If the compiler can prove that `x` and `y` point to different locations in
memory, the two operations can in theory be executed in parallel (by e.g.
loading them into different registers and working on them independently).
However in *general* the compiler can't do this because if x and y point to
the same location in memory, the operations need to be done to the same value,
and they can't just be merged afterwards.
When you use GEP inbounds, you are specifically telling LLVM that the offsets
you're about to do are within the bounds of a single allocated entity. The
ultimate payoff being that LLVM can assume that if two pointers are known to
point to two disjoint objects, all the offsets of those pointers are *also*
known to not alias (because you won't just end up in some random place in
memory). LLVM is heavily optimized to work with GEP offsets, and inbounds
offsets are the best of all, so it's important that we use them as much as
possible.
So that's what GEP's about, how can it cause us trouble?
The first problem is that we index into arrays with unsigned integers, but
GEP (and as a consequence `ptr::offset`) takes a *signed integer*. This means
that half of the seemingly valid indices into an array will overflow GEP and
actually go in the wrong direction!
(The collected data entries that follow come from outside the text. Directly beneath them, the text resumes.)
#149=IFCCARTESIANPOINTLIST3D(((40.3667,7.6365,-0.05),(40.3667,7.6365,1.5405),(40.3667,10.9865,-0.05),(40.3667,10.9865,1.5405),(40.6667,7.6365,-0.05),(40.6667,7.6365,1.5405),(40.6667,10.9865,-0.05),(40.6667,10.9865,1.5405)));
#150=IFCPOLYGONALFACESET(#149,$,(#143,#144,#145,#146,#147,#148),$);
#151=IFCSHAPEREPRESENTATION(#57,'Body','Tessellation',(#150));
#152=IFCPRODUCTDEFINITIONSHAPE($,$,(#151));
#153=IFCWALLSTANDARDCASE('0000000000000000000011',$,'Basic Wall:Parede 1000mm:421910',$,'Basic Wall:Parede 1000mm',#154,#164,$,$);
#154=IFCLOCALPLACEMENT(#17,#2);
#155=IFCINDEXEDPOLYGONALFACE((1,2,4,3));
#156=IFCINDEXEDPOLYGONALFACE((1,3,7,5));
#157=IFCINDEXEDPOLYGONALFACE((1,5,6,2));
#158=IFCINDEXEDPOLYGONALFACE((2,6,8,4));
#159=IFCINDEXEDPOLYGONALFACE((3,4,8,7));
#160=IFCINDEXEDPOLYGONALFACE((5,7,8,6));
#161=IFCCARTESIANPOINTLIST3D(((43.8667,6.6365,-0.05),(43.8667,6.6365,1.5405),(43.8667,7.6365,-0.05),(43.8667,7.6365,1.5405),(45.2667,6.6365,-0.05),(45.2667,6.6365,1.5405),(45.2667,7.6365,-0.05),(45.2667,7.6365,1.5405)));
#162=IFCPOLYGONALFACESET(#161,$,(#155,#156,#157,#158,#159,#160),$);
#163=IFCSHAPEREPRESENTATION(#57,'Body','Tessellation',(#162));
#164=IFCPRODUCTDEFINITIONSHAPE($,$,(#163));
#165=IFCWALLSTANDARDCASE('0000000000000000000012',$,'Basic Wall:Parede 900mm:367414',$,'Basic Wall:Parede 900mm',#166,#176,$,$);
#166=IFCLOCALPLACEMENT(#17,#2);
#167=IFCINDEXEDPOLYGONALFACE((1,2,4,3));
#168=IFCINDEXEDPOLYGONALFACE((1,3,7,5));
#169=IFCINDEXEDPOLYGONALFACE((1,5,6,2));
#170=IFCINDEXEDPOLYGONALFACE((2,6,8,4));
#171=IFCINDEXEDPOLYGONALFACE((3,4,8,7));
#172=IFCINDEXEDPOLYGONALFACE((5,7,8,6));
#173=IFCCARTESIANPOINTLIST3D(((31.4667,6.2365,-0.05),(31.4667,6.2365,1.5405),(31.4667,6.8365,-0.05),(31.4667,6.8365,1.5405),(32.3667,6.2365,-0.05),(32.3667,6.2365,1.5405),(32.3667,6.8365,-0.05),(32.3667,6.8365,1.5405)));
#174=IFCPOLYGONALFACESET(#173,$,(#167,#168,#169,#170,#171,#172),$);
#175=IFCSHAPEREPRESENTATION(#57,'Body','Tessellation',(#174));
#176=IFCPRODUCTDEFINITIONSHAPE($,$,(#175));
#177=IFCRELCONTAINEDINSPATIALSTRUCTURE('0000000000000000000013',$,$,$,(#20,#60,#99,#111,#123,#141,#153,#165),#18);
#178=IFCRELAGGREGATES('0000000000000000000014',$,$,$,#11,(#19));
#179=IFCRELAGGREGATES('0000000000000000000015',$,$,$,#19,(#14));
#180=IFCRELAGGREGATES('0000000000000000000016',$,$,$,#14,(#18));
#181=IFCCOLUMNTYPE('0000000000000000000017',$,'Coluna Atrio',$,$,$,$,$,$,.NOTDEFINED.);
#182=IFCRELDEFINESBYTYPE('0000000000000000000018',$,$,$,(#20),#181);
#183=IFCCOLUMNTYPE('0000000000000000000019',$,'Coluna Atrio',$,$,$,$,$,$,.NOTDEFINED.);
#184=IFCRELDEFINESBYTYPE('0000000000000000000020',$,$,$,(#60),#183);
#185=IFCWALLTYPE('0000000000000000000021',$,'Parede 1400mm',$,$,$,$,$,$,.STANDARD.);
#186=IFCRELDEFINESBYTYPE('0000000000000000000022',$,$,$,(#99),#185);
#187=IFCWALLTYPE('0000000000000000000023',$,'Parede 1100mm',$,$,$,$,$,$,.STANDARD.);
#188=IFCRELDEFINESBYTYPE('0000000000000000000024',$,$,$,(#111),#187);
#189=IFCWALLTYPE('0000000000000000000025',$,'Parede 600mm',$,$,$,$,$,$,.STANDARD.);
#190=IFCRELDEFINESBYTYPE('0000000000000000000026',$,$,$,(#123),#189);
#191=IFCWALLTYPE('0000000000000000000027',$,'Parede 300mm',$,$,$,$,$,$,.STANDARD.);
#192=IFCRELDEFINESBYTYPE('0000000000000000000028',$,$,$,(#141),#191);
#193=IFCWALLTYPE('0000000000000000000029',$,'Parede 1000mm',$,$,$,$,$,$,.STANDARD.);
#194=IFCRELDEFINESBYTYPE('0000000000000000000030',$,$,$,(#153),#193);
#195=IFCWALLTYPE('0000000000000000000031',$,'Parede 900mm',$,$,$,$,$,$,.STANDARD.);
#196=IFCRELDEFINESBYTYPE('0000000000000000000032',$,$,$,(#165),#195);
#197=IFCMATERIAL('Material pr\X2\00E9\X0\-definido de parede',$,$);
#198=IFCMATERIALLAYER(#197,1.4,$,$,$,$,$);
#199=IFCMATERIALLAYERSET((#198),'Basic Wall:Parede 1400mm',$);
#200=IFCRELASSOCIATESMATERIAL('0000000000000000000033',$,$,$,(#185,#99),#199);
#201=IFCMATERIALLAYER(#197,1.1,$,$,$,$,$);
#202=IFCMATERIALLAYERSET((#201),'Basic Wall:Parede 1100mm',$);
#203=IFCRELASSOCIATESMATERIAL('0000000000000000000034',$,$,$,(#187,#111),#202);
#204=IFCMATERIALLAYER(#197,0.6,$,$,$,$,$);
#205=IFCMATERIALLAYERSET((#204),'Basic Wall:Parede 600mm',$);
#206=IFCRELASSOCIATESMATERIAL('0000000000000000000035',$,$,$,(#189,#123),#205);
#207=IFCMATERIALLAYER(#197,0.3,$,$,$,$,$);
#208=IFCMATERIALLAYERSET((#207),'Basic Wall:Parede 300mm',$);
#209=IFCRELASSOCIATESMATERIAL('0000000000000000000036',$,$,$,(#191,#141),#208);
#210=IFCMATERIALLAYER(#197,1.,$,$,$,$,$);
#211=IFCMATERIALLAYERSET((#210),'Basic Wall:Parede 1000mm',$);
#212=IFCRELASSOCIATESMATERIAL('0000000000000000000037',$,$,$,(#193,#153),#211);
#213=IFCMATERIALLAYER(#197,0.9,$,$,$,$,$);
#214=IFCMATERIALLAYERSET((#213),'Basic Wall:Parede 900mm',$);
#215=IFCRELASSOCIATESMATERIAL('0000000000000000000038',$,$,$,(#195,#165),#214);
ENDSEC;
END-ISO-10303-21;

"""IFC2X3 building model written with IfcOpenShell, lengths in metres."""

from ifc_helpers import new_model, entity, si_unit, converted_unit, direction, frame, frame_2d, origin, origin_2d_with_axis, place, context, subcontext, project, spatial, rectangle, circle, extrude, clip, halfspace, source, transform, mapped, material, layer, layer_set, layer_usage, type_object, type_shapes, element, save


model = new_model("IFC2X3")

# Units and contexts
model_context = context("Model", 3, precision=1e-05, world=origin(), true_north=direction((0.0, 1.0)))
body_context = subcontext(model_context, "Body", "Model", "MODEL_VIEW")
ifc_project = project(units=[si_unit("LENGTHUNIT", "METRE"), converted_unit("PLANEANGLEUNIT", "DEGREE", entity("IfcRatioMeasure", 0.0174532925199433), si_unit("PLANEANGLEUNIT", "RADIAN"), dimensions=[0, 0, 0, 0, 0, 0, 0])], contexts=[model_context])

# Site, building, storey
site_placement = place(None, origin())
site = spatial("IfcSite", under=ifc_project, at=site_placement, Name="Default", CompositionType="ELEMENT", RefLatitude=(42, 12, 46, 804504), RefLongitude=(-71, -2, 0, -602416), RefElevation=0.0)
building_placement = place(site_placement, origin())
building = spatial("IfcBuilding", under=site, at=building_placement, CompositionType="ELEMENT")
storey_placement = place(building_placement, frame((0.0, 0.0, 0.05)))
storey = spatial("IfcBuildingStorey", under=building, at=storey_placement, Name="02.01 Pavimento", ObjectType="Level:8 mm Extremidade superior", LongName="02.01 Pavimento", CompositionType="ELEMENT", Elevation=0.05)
As such we must limit all allocations to
`isize::MAX` elements. This actually means we only need to worry about
byte-sized objects, because e.g. `> isize::MAX` `u16`s will truly exhaust all of
the system's memory. However in order to avoid subtle corner cases where someone
reinterprets some array of `< isize::MAX` objects as bytes, std limits all
allocations to `isize::MAX` bytes.
On all 64-bit targets that Rust currently supports we're artificially limited
to significantly less than all 64 bits of the address space (modern x64
platforms only expose 48-bit addressing), so we can rely on just running out of
memory first. However on 32-bit targets, particularly those with extensions to
use more of the address space (PAE x86 or x32), it's theoretically possible to
successfully allocate more than `isize::MAX` bytes of memory.
However since this is a tutorial, we're not going to be particularly optimal
here, and just unconditionally check, rather than use clever platform-specific
`cfg`s.
The other corner-case we need to worry about is *empty* allocations. There will
be two kinds of empty allocations we need to worry about: `cap = 0` for all T,
and `cap > 0` for zero-sized types.
These cases are tricky because they come
down to what LLVM means by "allocated". LLVM's notion of an
allocation is significantly more abstract than how we usually use it. Because
LLVM needs to work with different languages' semantics and custom allocators,
it can't really intimately understand allocation. Instead, the main idea behind
allocation is "doesn't overlap with other stuff". That is, heap allocations,
stack allocations, and globals don't randomly overlap. Yep, it's about alias
analysis. As such, Rust can technically play a bit fast an loose with the notion of
an allocation as long as it's *consistent*.
Getting back to the empty allocation case, there are a couple of places where
we want to offset by 0 as a consequence of generic code. The question is then:
is it consistent to do so? For zero-sized types, we have concluded that it is
indeed consistent to do a GEP inbounds offset by an arbitrary number of
elements. This is a runtime no-op because every element takes up no space,
and it's fine to pretend that there's infinite zero-sized types allocated
at `0x01`. No allocator will ever allocate that address, because they won't
allocate `0x00` and they generally allocate to some minimal alignment higher
than a byte.
However what about for positive-sized types? That one's a bit trickier. In
principle, you can argue that offsetting by 0 gives LLVM no information: either
there's an element before the address, or after it, but it can't know which.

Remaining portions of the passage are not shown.